▶ _GIVEN RECORDS_:
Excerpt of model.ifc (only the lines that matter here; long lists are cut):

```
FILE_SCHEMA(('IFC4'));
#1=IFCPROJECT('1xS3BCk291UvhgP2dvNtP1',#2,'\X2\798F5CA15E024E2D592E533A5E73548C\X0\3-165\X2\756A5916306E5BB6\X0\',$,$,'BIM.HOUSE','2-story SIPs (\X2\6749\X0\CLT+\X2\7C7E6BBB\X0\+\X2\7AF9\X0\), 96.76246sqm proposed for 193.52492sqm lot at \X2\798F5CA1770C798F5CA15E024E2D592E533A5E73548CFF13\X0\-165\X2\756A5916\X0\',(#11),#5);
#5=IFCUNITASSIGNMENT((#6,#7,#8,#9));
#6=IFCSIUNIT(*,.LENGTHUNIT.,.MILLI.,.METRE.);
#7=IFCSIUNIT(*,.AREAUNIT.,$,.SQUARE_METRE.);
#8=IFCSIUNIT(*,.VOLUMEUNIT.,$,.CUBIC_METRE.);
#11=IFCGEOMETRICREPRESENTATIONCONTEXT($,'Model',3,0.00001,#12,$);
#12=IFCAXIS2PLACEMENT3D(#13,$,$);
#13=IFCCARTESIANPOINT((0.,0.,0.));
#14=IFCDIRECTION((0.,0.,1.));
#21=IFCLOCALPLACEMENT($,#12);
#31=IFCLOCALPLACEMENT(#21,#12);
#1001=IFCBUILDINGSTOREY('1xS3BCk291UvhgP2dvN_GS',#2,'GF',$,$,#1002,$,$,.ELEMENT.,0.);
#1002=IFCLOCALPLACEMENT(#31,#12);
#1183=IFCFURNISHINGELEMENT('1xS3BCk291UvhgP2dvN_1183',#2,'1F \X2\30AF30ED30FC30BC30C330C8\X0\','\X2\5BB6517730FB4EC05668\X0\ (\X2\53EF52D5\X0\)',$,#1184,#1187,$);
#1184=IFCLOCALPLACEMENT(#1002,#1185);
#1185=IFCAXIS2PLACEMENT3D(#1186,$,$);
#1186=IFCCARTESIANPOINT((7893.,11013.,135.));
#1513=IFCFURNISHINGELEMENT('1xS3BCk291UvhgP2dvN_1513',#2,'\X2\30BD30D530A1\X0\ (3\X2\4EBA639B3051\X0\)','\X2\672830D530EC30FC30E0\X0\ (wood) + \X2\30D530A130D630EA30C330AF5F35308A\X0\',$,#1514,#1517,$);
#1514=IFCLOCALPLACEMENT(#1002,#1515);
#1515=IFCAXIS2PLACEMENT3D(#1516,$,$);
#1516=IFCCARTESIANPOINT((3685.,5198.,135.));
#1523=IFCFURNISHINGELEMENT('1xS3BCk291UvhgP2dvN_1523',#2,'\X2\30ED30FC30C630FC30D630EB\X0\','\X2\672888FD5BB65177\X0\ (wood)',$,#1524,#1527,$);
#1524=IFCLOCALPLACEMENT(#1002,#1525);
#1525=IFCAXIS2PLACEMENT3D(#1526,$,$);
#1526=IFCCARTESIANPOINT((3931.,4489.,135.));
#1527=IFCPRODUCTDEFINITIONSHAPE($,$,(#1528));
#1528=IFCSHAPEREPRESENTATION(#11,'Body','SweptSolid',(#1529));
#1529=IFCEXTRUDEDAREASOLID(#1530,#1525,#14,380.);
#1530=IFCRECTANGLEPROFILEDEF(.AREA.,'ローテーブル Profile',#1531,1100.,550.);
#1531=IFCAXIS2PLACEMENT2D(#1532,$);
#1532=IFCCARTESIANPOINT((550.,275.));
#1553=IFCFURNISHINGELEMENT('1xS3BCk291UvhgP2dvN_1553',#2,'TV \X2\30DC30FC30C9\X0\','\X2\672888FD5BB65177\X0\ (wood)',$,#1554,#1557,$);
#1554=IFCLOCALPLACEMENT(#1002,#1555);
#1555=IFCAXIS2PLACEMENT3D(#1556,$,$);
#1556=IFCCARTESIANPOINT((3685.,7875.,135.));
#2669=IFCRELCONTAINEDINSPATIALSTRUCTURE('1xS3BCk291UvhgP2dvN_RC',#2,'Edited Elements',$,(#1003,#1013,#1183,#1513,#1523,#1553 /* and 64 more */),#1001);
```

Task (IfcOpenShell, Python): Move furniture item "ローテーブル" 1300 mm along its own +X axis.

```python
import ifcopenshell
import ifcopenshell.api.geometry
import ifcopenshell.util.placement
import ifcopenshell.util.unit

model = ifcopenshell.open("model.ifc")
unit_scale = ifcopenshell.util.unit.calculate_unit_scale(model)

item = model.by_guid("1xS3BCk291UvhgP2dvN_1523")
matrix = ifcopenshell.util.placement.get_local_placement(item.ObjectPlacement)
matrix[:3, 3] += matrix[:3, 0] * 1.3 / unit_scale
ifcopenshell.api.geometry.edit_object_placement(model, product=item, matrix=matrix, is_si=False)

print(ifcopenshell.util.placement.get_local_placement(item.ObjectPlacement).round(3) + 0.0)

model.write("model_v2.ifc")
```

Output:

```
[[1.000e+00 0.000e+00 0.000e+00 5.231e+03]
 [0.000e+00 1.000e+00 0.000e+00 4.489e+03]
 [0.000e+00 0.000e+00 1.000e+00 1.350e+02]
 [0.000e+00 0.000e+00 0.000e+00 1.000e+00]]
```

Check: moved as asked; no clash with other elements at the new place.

--

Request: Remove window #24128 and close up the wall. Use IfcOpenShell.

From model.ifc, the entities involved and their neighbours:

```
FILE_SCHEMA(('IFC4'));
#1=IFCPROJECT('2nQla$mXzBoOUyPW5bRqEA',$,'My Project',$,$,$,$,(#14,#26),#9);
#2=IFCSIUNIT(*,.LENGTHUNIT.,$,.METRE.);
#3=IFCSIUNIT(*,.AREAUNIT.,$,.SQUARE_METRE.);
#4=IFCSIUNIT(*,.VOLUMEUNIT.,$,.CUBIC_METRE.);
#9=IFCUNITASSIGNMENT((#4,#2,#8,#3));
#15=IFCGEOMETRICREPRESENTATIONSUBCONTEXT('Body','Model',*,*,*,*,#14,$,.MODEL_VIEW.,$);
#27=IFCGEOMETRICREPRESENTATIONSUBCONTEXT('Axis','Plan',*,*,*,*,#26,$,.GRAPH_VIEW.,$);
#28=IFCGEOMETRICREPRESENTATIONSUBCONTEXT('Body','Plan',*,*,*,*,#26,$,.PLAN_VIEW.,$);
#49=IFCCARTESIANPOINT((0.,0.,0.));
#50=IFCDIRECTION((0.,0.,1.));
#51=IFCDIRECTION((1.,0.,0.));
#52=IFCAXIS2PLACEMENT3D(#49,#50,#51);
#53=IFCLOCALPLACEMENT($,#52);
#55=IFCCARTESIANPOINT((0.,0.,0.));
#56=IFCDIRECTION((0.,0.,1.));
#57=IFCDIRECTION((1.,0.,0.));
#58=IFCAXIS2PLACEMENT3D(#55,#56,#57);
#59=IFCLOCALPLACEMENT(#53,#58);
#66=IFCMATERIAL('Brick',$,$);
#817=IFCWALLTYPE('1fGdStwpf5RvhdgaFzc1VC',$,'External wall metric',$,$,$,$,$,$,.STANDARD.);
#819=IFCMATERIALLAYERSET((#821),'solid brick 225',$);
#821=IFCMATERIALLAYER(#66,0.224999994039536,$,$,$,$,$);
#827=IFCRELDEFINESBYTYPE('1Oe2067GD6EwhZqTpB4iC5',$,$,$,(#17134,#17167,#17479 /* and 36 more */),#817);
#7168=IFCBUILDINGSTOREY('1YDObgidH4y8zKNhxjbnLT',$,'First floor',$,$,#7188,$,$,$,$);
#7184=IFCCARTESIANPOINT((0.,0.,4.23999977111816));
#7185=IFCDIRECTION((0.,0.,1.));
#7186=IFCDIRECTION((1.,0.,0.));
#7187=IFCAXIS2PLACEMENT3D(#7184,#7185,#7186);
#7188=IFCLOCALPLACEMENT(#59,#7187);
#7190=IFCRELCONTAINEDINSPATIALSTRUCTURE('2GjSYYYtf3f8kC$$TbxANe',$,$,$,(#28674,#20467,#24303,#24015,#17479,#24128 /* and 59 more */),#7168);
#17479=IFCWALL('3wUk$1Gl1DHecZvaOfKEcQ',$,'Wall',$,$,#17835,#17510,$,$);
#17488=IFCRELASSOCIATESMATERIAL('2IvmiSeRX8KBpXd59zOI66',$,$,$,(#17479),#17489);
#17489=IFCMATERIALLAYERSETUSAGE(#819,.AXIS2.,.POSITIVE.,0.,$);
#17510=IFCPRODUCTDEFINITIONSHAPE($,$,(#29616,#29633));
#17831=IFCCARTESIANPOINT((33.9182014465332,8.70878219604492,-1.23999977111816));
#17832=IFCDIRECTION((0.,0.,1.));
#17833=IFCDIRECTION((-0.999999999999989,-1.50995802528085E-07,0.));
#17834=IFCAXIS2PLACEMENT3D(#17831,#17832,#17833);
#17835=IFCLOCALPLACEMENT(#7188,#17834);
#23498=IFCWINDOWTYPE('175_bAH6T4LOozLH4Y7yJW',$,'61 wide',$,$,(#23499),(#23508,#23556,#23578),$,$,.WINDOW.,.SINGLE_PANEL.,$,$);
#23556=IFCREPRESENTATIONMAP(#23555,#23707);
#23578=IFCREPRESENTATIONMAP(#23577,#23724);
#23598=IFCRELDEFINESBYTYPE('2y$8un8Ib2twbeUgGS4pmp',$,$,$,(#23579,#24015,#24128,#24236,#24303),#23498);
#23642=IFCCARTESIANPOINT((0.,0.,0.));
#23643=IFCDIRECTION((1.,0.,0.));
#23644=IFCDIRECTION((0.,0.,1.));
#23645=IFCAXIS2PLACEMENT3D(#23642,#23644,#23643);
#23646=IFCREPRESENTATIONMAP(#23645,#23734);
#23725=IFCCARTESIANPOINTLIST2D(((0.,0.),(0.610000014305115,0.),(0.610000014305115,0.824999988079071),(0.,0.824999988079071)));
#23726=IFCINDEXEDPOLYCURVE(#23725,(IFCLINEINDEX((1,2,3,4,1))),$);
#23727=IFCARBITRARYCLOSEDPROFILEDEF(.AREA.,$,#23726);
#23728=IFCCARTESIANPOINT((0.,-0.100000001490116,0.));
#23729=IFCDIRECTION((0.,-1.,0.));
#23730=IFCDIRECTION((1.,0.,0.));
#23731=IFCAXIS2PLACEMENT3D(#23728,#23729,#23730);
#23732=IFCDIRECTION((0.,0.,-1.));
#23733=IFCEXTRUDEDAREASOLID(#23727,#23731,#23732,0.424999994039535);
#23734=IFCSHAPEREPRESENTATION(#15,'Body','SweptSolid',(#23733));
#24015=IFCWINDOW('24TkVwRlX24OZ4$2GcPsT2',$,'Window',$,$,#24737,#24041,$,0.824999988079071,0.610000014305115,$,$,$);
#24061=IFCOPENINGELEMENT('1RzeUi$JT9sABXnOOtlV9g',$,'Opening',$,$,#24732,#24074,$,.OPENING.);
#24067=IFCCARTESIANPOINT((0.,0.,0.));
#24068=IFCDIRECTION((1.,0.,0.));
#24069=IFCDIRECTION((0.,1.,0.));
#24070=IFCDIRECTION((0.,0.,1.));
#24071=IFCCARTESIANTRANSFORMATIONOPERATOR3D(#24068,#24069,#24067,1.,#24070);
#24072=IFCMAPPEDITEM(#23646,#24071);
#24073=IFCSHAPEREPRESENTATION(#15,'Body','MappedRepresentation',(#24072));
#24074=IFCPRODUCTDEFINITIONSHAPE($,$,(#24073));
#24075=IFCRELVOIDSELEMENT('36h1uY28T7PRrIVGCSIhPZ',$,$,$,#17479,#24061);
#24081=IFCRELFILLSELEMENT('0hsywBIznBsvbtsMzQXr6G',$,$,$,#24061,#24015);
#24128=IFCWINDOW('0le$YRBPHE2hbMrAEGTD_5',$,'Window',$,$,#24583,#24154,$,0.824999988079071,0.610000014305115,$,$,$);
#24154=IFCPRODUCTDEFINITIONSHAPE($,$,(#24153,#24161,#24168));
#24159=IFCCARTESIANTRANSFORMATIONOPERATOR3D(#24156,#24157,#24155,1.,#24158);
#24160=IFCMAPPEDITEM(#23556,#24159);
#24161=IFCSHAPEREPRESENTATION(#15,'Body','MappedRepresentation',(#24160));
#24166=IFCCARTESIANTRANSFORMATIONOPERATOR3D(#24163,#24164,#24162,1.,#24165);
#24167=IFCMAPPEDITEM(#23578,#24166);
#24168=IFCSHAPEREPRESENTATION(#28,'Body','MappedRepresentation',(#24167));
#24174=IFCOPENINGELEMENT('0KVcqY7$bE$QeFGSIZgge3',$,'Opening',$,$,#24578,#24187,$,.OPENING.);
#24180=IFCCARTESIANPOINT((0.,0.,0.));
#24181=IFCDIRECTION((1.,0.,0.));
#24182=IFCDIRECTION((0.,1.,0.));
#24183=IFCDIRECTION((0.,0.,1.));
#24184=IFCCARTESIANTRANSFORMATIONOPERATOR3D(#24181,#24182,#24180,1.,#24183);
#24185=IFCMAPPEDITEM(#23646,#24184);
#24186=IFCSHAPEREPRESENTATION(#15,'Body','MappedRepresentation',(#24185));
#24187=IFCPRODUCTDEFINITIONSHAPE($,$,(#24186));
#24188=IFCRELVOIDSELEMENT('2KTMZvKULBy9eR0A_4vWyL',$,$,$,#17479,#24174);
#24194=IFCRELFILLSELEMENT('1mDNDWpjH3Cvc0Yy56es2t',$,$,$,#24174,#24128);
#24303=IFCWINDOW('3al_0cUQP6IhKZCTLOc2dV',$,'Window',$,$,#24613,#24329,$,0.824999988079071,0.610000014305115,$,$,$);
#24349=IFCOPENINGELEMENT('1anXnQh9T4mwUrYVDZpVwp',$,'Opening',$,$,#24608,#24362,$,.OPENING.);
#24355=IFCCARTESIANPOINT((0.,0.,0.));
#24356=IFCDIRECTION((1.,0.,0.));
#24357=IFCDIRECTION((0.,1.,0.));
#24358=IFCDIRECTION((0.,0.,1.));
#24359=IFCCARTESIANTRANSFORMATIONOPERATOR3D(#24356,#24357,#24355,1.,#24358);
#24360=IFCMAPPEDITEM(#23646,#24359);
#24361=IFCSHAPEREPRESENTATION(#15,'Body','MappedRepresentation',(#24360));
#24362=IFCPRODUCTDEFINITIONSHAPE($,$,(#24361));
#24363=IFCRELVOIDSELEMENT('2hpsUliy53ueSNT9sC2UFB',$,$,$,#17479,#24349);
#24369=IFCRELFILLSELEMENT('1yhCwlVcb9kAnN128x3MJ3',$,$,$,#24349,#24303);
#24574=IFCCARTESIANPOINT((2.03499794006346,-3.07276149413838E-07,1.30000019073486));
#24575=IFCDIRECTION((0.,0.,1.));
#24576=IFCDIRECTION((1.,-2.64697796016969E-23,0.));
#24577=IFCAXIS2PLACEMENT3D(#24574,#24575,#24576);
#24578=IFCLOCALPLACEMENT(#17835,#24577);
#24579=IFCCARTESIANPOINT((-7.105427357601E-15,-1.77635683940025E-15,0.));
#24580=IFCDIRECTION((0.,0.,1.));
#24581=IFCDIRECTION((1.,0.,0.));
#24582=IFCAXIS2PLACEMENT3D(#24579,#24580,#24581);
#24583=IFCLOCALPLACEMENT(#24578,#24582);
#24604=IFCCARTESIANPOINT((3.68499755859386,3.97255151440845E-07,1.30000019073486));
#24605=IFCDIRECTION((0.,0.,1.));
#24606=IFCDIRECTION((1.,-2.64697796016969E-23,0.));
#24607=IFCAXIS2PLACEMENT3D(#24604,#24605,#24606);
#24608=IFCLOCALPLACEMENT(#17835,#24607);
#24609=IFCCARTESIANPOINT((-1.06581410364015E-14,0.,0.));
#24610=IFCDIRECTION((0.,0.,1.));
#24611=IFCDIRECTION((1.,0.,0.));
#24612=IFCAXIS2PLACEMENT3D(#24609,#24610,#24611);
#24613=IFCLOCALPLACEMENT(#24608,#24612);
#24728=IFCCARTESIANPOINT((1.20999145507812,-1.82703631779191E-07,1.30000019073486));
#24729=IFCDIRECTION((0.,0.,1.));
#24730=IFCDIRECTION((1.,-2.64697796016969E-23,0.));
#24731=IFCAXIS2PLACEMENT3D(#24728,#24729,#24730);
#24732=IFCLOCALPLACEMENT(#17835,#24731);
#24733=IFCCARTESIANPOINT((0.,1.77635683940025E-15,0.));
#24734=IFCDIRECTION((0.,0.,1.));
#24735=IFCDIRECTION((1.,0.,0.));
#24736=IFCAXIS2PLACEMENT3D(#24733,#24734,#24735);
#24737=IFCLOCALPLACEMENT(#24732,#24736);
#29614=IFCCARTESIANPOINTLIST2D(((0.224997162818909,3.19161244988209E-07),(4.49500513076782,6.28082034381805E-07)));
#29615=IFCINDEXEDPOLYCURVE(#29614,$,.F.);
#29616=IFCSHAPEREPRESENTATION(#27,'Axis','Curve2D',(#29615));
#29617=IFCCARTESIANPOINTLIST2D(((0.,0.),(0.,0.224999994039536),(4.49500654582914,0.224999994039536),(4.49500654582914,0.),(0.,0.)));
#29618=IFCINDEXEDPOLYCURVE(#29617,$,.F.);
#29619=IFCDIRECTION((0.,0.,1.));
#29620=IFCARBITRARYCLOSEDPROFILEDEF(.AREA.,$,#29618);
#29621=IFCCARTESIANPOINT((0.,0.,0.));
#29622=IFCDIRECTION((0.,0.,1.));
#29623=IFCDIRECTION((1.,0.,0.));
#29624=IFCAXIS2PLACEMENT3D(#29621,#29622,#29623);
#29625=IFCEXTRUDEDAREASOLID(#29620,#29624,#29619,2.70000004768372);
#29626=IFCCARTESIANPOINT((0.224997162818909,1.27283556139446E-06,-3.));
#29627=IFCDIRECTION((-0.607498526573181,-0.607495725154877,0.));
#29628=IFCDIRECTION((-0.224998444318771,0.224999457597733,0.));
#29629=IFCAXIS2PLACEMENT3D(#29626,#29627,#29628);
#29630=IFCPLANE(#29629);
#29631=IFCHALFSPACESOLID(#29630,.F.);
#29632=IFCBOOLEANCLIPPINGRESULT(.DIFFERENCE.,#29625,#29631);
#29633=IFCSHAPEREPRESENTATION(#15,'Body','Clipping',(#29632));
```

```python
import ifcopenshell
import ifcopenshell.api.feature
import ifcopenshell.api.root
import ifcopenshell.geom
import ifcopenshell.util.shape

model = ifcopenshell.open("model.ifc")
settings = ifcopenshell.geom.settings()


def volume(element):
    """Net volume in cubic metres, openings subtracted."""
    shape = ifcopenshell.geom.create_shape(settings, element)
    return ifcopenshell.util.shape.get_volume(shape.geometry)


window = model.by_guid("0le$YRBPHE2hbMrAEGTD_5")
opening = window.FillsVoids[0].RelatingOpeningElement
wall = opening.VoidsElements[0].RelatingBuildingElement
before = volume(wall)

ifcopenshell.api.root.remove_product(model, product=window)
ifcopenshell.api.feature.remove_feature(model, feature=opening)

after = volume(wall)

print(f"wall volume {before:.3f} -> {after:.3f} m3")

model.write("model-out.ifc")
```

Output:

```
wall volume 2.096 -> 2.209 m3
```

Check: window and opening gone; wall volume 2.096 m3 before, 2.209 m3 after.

▶ _WHAT THE TASK REQUIRES_:
Check each line of the listing for "AREAUNIT", and copy the ones that hold it.

▶ _FINISHED TASK_:
#7=IFCSIUNIT(*,.AREAUNIT.,$,.SQUARE_METRE.);
#3=IFCSIUNIT(*,.AREAUNIT.,$,.SQUARE_METRE.);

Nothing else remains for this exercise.